| Exercise goal |
Where a line of the material contains the string "IFCMAPPEDITEM", copy that line.

| Input for this task |
===============
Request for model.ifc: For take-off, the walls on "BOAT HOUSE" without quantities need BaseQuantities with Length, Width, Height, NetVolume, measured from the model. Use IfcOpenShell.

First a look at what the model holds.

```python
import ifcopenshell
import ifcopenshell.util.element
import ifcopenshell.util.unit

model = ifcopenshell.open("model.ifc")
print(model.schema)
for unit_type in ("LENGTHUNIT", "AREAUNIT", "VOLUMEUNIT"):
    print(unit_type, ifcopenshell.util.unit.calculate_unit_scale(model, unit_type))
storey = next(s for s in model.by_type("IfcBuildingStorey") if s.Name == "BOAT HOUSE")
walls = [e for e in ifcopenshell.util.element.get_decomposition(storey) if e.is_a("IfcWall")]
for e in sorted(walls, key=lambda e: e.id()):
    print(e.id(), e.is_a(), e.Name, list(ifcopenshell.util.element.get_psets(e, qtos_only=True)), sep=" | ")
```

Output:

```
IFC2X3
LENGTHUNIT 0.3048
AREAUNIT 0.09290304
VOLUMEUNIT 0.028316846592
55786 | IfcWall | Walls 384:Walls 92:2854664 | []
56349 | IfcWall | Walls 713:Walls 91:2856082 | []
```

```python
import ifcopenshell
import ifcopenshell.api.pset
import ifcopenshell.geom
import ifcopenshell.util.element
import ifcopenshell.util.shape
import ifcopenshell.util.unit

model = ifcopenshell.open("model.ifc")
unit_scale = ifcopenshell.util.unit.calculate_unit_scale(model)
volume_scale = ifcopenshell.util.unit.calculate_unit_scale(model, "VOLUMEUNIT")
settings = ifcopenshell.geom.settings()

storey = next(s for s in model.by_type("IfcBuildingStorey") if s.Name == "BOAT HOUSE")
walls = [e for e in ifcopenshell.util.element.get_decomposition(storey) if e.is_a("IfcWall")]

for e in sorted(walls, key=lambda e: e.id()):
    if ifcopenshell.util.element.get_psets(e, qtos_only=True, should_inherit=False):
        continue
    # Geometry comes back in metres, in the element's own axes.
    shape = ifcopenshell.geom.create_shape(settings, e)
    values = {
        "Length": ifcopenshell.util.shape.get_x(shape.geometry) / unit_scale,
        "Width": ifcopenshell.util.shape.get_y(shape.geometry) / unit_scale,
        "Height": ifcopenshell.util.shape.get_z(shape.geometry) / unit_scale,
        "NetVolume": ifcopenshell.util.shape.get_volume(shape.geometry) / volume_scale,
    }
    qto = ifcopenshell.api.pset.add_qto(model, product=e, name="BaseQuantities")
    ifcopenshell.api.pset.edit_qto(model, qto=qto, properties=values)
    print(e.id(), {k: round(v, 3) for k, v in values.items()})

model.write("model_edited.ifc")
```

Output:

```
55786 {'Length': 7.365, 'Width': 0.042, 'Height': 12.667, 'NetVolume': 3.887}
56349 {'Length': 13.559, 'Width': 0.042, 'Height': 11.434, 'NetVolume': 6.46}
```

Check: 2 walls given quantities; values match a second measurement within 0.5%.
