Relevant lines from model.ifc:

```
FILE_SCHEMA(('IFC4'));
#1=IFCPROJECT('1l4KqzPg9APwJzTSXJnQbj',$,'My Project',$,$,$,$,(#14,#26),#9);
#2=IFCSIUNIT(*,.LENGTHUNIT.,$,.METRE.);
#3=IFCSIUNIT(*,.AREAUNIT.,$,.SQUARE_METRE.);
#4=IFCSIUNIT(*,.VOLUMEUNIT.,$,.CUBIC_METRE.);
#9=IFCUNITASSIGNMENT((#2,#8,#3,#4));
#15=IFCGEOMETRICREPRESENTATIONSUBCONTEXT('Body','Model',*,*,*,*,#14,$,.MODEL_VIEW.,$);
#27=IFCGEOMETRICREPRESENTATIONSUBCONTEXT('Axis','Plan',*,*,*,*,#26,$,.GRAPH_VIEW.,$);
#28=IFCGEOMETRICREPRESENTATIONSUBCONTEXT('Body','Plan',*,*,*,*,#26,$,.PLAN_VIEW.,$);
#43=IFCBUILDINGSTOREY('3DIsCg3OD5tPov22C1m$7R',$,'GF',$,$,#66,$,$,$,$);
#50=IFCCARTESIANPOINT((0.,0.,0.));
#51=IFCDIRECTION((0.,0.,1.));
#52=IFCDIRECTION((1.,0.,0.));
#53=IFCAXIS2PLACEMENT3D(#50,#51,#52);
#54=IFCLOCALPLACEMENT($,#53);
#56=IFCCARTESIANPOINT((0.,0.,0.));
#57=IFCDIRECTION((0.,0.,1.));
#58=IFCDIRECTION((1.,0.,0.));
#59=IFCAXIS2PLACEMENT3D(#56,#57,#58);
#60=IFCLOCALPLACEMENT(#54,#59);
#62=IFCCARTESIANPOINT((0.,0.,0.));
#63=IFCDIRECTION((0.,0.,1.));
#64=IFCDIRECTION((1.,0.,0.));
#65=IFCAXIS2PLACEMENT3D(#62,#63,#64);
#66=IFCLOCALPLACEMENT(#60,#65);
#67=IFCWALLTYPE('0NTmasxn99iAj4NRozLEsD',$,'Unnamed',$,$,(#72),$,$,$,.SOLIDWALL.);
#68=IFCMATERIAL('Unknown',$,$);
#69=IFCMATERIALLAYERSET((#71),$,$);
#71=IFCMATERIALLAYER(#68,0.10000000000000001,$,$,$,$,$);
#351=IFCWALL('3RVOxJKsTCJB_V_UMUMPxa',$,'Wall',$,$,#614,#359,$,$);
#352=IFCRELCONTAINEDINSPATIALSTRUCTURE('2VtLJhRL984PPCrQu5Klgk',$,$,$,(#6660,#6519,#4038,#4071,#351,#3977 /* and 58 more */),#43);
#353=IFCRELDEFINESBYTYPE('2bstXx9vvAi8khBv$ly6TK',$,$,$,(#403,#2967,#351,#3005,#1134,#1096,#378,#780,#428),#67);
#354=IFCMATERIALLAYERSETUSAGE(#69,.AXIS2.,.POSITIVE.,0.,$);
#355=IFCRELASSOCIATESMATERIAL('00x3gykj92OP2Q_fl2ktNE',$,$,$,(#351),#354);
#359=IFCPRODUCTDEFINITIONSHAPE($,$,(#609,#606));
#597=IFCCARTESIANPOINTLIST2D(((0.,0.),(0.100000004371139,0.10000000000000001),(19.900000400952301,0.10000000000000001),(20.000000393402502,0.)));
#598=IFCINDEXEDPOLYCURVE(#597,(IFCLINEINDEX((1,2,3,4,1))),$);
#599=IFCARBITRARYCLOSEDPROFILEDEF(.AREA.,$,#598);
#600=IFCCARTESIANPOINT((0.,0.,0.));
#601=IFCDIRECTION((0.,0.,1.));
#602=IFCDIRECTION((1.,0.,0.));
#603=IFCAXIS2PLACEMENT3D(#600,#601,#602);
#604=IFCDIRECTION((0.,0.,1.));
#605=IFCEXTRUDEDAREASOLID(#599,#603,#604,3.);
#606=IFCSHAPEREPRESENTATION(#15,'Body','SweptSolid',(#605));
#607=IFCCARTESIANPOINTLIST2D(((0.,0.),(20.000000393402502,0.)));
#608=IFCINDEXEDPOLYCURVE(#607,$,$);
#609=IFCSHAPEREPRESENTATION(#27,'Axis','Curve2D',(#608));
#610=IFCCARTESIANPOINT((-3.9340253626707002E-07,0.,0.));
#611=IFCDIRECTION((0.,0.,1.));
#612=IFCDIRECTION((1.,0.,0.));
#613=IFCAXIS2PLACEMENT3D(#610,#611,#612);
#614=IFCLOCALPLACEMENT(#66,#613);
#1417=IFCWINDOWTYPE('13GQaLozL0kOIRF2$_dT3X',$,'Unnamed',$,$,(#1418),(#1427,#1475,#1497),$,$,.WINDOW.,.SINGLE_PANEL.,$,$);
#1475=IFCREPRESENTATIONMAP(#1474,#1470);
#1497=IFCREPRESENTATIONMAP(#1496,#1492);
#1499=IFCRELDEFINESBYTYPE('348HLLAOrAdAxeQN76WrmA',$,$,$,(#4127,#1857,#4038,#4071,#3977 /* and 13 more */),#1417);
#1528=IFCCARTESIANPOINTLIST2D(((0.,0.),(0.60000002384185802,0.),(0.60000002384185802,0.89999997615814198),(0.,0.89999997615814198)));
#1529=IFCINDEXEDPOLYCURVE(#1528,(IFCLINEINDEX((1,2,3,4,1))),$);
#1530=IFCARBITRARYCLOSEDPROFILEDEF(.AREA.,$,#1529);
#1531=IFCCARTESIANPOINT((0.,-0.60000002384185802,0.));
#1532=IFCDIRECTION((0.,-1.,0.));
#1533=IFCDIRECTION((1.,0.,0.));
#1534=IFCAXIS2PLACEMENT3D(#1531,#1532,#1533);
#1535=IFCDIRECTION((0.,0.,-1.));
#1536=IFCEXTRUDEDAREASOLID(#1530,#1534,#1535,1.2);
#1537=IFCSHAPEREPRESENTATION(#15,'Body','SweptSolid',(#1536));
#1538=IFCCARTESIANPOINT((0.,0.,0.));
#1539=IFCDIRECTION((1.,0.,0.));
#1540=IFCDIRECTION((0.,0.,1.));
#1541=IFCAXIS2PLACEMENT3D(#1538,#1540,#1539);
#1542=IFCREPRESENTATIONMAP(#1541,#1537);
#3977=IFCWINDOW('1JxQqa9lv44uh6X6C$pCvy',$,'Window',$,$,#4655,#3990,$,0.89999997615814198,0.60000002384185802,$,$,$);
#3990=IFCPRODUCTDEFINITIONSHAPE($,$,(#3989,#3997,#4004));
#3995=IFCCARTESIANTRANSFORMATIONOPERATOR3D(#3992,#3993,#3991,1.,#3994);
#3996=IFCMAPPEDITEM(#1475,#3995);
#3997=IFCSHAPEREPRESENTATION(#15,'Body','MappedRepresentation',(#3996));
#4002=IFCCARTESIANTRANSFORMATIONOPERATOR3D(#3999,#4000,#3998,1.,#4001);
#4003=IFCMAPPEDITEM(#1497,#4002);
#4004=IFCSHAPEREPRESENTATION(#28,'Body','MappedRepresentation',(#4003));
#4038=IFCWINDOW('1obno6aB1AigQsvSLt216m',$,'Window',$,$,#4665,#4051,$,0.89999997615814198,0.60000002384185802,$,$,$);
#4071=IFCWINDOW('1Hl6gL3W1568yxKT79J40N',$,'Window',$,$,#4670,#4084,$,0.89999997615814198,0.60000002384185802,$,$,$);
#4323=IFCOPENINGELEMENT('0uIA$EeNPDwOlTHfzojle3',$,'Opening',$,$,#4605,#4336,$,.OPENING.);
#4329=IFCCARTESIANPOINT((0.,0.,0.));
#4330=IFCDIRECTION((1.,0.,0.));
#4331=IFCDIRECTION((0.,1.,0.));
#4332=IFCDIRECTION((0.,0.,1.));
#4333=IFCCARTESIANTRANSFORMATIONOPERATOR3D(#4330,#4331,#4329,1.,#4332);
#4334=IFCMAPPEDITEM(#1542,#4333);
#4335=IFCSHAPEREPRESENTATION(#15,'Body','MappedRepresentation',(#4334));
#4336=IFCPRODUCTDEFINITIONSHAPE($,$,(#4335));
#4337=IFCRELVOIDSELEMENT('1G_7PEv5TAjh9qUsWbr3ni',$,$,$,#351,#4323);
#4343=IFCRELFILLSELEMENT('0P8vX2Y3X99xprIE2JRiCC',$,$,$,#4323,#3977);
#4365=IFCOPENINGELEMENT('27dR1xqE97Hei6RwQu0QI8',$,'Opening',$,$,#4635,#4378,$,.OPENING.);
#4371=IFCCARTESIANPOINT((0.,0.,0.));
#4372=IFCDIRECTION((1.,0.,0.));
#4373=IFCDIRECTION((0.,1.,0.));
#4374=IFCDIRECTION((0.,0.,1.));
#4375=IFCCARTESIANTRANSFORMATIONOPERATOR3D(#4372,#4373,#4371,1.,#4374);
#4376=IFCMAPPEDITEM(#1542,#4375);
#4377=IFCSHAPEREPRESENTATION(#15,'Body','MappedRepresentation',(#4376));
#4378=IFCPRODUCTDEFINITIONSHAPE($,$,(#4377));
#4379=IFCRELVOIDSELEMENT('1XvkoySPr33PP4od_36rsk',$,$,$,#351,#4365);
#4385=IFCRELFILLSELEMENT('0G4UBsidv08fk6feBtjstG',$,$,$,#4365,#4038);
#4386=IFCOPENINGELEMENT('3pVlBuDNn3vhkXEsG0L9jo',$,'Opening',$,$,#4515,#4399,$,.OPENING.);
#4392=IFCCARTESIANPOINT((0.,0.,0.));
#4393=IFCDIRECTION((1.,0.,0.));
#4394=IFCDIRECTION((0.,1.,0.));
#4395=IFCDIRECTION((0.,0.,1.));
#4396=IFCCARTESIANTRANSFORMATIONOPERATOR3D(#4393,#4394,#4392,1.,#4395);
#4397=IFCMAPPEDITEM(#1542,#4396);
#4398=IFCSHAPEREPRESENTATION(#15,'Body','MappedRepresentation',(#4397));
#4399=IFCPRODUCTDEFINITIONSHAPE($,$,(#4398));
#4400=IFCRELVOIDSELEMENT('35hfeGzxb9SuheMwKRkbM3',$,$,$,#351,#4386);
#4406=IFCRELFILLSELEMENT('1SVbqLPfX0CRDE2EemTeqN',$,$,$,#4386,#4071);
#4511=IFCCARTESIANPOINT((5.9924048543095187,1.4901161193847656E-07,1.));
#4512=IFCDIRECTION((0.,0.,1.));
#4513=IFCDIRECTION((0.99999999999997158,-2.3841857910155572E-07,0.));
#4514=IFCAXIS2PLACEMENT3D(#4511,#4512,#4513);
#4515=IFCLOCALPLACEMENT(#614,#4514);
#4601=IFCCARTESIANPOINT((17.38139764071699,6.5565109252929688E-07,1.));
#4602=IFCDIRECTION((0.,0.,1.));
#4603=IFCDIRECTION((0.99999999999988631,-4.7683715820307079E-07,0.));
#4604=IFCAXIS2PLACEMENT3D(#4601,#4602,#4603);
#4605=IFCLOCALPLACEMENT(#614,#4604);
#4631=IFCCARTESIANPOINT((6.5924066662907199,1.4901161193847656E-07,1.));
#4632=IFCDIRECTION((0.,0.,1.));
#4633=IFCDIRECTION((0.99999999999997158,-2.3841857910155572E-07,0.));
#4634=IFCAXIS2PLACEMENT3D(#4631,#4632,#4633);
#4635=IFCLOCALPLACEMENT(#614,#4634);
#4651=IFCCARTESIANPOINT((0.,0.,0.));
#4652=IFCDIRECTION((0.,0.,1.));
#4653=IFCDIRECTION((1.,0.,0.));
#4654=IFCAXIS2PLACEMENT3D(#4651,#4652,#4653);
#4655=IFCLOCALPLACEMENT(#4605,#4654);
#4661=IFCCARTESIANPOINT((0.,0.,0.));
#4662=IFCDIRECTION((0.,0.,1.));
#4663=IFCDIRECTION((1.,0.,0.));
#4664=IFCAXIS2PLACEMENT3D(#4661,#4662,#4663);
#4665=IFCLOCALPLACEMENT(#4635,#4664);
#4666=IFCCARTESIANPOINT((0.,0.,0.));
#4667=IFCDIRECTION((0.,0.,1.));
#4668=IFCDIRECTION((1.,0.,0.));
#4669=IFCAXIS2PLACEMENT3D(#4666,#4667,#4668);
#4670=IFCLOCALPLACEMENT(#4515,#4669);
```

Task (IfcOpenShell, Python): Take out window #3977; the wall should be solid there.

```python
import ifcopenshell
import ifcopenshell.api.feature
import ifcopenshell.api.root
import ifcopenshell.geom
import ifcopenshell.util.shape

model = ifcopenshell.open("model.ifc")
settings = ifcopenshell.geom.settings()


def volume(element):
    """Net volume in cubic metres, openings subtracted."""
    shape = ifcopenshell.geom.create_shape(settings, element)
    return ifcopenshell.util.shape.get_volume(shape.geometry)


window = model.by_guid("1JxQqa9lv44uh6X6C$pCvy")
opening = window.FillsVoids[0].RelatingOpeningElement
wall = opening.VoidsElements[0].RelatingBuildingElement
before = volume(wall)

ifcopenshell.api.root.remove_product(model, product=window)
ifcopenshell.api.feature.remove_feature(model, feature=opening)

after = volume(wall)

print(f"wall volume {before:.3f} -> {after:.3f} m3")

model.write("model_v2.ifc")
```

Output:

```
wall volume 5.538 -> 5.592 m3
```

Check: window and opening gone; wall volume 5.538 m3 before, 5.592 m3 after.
===============
| Answer section |
#3996=IFCMAPPEDITEM(#1475,#3995);
#4003=IFCMAPPEDITEM(#1497,#4002);
#4334=IFCMAPPEDITEM(#1542,#4333);
#4376=IFCMAPPEDITEM(#1542,#4375);
#4397=IFCMAPPEDITEM(#1542,#4396);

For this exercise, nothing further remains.